Divertirse parece ser directamente proporcional al dinero gastado, por eso se pasea por shoppings y centros comerciales, por eso se paga para hacer deportes, música o tener sexo, o se paga para ver a otros hacer deportes, música o tener sexo.» (Cuadernos de Negación nro. 3)
¡Abajo el desempleo!
Mientras existan el dinero y la propiedad privada nunca alcanzarán para todos. Bien, lo mismo podemos decir del trabajo:
«En un mundo con trabajo jamás habrá suficiente para todos. El desempleo es una condición del mundo del trabajo. El desempleo es un rasgo permanente y estructural de la sociedad capitalista, que precisa de una masa de desocupados para garantizar bajos salarios y condiciones laborales siempre deficientes. En otras palabras, si todos estuviésemos empleados o tuviésemos la posibilidad de cambiar de un empleo a otro podríamos exigir siempre mejores sueldos o mejores condiciones laborales sin el fantasma del desempleo pisándonos los talones. (…)
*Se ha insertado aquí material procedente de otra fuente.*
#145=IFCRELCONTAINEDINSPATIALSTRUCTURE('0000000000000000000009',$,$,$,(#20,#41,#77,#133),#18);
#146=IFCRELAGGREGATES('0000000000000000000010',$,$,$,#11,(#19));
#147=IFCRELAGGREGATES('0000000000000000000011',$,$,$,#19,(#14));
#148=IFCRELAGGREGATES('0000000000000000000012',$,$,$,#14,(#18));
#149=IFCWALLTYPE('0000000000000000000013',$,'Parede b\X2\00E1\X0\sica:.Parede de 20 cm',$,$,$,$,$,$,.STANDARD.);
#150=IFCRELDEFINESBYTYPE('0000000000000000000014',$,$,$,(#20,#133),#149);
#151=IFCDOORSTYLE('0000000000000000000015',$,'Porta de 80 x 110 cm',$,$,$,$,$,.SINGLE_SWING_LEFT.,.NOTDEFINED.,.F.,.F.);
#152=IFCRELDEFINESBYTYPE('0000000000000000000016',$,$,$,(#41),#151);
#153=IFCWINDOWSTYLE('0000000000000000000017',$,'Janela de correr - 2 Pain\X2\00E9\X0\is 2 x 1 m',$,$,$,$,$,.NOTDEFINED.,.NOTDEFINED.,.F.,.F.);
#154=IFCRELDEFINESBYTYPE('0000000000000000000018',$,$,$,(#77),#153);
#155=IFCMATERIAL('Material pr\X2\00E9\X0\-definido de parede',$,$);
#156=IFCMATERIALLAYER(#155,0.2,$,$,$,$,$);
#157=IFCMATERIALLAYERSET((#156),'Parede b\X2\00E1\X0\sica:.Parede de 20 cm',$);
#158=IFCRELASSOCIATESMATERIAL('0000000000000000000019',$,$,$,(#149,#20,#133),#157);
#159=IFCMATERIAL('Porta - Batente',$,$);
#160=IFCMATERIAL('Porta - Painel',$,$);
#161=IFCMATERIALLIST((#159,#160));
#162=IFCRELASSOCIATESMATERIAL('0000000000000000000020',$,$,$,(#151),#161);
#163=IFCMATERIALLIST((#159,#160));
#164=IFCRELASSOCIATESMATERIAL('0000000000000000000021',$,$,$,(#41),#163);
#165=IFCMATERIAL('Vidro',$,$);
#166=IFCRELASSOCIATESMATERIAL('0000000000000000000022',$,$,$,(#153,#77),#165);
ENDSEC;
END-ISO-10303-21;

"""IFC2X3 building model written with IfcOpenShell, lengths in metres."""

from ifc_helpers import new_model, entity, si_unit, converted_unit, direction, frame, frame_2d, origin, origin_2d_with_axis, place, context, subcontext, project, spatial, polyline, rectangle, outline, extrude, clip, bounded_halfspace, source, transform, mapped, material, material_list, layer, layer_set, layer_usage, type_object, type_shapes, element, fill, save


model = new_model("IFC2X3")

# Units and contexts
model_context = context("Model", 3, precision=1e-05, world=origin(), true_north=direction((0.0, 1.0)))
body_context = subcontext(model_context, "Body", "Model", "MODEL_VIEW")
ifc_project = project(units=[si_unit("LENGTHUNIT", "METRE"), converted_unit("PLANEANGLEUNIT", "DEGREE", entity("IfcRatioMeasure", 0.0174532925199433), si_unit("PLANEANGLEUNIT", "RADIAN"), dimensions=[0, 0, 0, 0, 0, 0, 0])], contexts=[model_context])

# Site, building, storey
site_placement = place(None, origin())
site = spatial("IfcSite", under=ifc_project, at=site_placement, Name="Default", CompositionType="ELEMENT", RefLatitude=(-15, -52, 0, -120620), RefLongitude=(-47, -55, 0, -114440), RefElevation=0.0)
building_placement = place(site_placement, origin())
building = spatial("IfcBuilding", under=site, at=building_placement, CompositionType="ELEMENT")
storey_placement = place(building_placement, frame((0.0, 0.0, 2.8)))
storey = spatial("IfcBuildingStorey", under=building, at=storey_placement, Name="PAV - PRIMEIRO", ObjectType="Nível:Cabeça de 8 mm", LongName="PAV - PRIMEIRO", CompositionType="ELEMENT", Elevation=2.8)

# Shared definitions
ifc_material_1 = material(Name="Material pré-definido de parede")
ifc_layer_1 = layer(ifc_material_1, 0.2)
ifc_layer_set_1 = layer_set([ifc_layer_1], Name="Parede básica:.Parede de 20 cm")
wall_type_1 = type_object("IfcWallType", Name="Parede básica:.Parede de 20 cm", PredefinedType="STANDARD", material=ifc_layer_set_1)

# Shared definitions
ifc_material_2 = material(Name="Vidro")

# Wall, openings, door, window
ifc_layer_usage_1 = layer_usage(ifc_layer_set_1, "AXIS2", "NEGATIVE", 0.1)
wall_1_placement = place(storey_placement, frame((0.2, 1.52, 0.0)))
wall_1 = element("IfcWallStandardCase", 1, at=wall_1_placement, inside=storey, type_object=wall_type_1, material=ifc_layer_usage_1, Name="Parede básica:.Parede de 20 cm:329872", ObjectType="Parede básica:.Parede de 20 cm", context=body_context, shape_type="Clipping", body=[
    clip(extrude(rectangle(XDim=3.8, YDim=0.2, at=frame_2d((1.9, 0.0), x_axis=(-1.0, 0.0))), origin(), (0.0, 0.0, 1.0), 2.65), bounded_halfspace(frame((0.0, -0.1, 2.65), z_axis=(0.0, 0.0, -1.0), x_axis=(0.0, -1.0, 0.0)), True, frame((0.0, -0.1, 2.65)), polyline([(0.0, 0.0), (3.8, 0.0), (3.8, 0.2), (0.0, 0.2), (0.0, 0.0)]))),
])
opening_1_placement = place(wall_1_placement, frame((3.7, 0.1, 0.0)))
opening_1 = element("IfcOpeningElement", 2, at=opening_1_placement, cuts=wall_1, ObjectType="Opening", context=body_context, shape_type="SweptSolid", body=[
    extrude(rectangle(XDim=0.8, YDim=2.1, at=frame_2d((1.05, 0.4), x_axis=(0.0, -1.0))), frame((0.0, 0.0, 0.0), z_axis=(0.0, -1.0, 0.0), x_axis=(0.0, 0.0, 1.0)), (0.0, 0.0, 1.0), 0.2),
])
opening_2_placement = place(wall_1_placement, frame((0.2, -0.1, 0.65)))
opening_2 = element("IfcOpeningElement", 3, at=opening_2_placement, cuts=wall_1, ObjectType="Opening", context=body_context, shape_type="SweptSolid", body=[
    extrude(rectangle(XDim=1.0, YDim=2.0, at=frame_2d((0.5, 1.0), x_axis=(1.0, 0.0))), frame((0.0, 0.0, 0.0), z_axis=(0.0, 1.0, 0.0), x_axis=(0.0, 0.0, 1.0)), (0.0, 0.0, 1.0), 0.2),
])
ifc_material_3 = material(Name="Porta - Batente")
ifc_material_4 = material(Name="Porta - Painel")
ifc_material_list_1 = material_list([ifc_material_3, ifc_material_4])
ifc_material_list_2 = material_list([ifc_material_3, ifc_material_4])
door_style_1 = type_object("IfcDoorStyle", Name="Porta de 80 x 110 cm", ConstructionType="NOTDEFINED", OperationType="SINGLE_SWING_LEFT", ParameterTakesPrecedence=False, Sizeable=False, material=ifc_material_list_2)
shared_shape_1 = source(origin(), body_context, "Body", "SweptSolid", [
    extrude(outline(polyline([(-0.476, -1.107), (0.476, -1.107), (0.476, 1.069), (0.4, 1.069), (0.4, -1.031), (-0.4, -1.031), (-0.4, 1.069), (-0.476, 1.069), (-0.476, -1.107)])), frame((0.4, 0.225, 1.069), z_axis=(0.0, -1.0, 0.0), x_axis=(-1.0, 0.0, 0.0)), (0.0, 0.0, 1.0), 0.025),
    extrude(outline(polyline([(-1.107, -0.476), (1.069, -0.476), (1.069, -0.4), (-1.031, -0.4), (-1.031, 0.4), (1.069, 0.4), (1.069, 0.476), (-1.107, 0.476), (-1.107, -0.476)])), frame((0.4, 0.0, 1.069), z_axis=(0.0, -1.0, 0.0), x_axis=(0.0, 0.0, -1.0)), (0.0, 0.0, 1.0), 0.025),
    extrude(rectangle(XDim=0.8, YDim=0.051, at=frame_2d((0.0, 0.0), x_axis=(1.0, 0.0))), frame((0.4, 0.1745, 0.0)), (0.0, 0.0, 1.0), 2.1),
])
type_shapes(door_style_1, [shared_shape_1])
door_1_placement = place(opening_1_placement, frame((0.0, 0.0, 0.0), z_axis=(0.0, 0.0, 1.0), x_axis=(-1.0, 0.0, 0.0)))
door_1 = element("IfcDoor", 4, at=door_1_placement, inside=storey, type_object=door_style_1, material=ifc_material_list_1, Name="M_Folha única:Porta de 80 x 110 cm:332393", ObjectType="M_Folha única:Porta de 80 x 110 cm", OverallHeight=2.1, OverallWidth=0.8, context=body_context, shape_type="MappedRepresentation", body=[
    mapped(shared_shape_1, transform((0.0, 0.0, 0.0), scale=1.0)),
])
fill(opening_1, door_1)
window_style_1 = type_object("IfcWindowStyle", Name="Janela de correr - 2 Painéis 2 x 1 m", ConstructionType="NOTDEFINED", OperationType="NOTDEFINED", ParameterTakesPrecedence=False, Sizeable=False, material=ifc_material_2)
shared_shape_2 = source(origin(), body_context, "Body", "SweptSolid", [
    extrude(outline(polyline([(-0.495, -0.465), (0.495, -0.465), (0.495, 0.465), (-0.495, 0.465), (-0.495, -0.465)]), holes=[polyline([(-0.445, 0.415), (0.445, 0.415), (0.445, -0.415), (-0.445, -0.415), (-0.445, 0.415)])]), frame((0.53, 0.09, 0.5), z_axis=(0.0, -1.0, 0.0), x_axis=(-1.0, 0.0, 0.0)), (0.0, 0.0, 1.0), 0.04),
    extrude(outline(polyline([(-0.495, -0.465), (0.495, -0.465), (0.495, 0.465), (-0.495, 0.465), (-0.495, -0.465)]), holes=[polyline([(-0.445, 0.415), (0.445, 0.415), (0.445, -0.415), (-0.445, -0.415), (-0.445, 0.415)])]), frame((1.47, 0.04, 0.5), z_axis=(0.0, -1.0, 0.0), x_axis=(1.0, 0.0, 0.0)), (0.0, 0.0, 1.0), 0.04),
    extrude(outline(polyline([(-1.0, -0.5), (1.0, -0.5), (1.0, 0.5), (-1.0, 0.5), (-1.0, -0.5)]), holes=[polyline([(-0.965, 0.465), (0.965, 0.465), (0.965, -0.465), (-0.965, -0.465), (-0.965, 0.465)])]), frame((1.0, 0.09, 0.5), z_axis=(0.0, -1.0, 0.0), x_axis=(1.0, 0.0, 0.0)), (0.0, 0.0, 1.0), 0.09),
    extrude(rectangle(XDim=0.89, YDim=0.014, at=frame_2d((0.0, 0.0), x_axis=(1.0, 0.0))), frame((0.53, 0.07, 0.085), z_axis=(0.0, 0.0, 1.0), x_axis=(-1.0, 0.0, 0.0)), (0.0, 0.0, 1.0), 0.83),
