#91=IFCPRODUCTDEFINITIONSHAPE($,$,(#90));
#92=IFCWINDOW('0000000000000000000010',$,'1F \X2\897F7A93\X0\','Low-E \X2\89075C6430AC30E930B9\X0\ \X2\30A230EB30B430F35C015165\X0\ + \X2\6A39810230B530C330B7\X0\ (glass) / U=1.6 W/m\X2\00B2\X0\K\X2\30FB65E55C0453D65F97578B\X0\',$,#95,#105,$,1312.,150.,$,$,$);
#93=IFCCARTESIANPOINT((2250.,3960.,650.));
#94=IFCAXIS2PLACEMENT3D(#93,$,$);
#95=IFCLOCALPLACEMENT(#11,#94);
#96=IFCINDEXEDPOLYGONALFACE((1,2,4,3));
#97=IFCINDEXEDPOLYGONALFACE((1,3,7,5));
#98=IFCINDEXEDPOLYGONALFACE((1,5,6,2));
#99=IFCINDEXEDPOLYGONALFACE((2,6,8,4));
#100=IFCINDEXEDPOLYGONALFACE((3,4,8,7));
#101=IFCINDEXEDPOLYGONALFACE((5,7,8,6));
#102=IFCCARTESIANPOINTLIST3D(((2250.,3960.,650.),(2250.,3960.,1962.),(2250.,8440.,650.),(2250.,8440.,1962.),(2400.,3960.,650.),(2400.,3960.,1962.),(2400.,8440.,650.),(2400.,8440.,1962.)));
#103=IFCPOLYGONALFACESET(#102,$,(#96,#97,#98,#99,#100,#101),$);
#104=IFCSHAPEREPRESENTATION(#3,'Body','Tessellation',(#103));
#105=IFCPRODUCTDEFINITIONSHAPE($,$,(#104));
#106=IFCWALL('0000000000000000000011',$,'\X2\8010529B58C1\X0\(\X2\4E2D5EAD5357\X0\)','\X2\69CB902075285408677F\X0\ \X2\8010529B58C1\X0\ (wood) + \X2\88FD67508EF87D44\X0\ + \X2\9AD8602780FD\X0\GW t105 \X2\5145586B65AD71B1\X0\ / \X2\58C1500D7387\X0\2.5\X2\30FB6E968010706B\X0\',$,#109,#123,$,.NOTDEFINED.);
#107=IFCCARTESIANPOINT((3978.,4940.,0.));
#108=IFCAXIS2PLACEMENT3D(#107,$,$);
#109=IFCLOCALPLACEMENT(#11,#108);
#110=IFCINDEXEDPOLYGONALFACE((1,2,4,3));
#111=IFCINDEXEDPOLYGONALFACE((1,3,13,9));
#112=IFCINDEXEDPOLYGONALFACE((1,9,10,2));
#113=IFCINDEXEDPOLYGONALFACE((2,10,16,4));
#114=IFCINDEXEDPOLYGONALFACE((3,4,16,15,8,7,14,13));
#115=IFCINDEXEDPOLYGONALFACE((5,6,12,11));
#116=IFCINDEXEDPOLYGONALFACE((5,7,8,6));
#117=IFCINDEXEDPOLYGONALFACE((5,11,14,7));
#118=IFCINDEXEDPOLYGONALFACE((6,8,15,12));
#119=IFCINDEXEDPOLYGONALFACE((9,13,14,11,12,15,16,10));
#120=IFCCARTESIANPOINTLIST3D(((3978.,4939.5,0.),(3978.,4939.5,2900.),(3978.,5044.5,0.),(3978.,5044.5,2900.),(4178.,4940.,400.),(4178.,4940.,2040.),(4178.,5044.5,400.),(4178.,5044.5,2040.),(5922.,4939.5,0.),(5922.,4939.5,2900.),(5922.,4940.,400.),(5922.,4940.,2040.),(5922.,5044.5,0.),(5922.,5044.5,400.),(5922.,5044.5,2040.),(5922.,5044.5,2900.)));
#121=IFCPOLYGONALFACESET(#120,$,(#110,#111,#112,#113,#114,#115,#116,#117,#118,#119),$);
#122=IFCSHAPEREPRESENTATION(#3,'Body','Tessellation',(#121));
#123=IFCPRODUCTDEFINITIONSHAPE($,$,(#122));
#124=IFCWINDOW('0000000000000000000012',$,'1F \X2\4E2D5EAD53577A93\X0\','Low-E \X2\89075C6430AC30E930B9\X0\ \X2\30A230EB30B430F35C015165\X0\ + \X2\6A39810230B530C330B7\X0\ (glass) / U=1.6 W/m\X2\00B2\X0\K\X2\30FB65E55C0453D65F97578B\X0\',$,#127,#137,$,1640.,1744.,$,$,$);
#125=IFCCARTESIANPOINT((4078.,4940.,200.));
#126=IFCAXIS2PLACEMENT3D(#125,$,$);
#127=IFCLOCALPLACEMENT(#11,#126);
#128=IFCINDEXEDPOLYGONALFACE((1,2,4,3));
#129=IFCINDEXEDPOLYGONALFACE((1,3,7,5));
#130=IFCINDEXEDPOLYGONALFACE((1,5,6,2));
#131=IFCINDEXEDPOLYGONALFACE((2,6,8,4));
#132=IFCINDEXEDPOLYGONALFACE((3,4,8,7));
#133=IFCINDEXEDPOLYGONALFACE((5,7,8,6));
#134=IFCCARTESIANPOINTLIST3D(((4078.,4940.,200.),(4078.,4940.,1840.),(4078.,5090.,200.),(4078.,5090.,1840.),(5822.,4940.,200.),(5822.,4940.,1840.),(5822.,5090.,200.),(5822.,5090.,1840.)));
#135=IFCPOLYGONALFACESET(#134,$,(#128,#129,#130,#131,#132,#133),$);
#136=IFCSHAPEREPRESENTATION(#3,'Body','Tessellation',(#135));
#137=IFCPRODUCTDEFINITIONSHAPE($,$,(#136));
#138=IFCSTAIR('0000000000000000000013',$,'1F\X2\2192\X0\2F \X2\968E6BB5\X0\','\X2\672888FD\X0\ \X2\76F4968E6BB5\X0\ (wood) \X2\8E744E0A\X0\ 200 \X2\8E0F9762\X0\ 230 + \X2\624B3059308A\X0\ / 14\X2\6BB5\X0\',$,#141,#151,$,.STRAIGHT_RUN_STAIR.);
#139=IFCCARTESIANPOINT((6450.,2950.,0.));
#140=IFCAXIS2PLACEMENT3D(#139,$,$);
Es a partir de nuestras condiciones de existencia que sacamos las lecciones para “hacer teoría” y no tenemos “principios” previos a los hechos. El malestar y la necesidad que padecemos quienes trabajamos, las situaciones de precariedad y peligro a las que nos vemos sometidos, nos fuerzan a tomar conciencia de la sociedad en la que estamos y a la cual contribuimos día a día a mantener. De nosotros depende ampararnos en personajes que nos quieren dirigir y nos llevan a diversos callejones sin salida o comenzar a pensar y explorar otras posibilidades. Para esto es importante que no confundamos la defensa de la fuerza de trabajo con la defensa de la fuente de trabajo. Ni defendamos la ganancia de los explotadores. Ni confiemos en quienes viven de nuestro esfuerzo.» (La Oveja Negra nro. 70, El trabajo es la peste, 2020)
¡Abajo el trabajo doméstico!
Las sociedades de clase, a lo largo de su historia y en pos de su reproducción, debieron controlar cuatro elementos fundamentales e inseparables de la vida de la especie: el cuerpo, la sexualidad, la reproducción y la crianza de los hijos. En este punto, la división sexual y la dominación específica sobre quienes tienen la capacidad de gestar hijos se vuelve esencial. Lo que conocemos como mujer y hombre se basa en esa característica anatómica (la capacidad de gestar hijos) y la división social creada a partir de la misma en las sociedades de clase por la necesidad de crecimiento poblacional.
El control de las mujeres (su cuerpo, su sexualidad, su capacidad reproductiva) permite controlar al mismo tiempo al resto de la población. A su vez, es determinante en la crianza de niñas y niños, así como en el sostenimiento de la familia o al menos de la reproducción de la fuerza de trabajo en la sociedad actual.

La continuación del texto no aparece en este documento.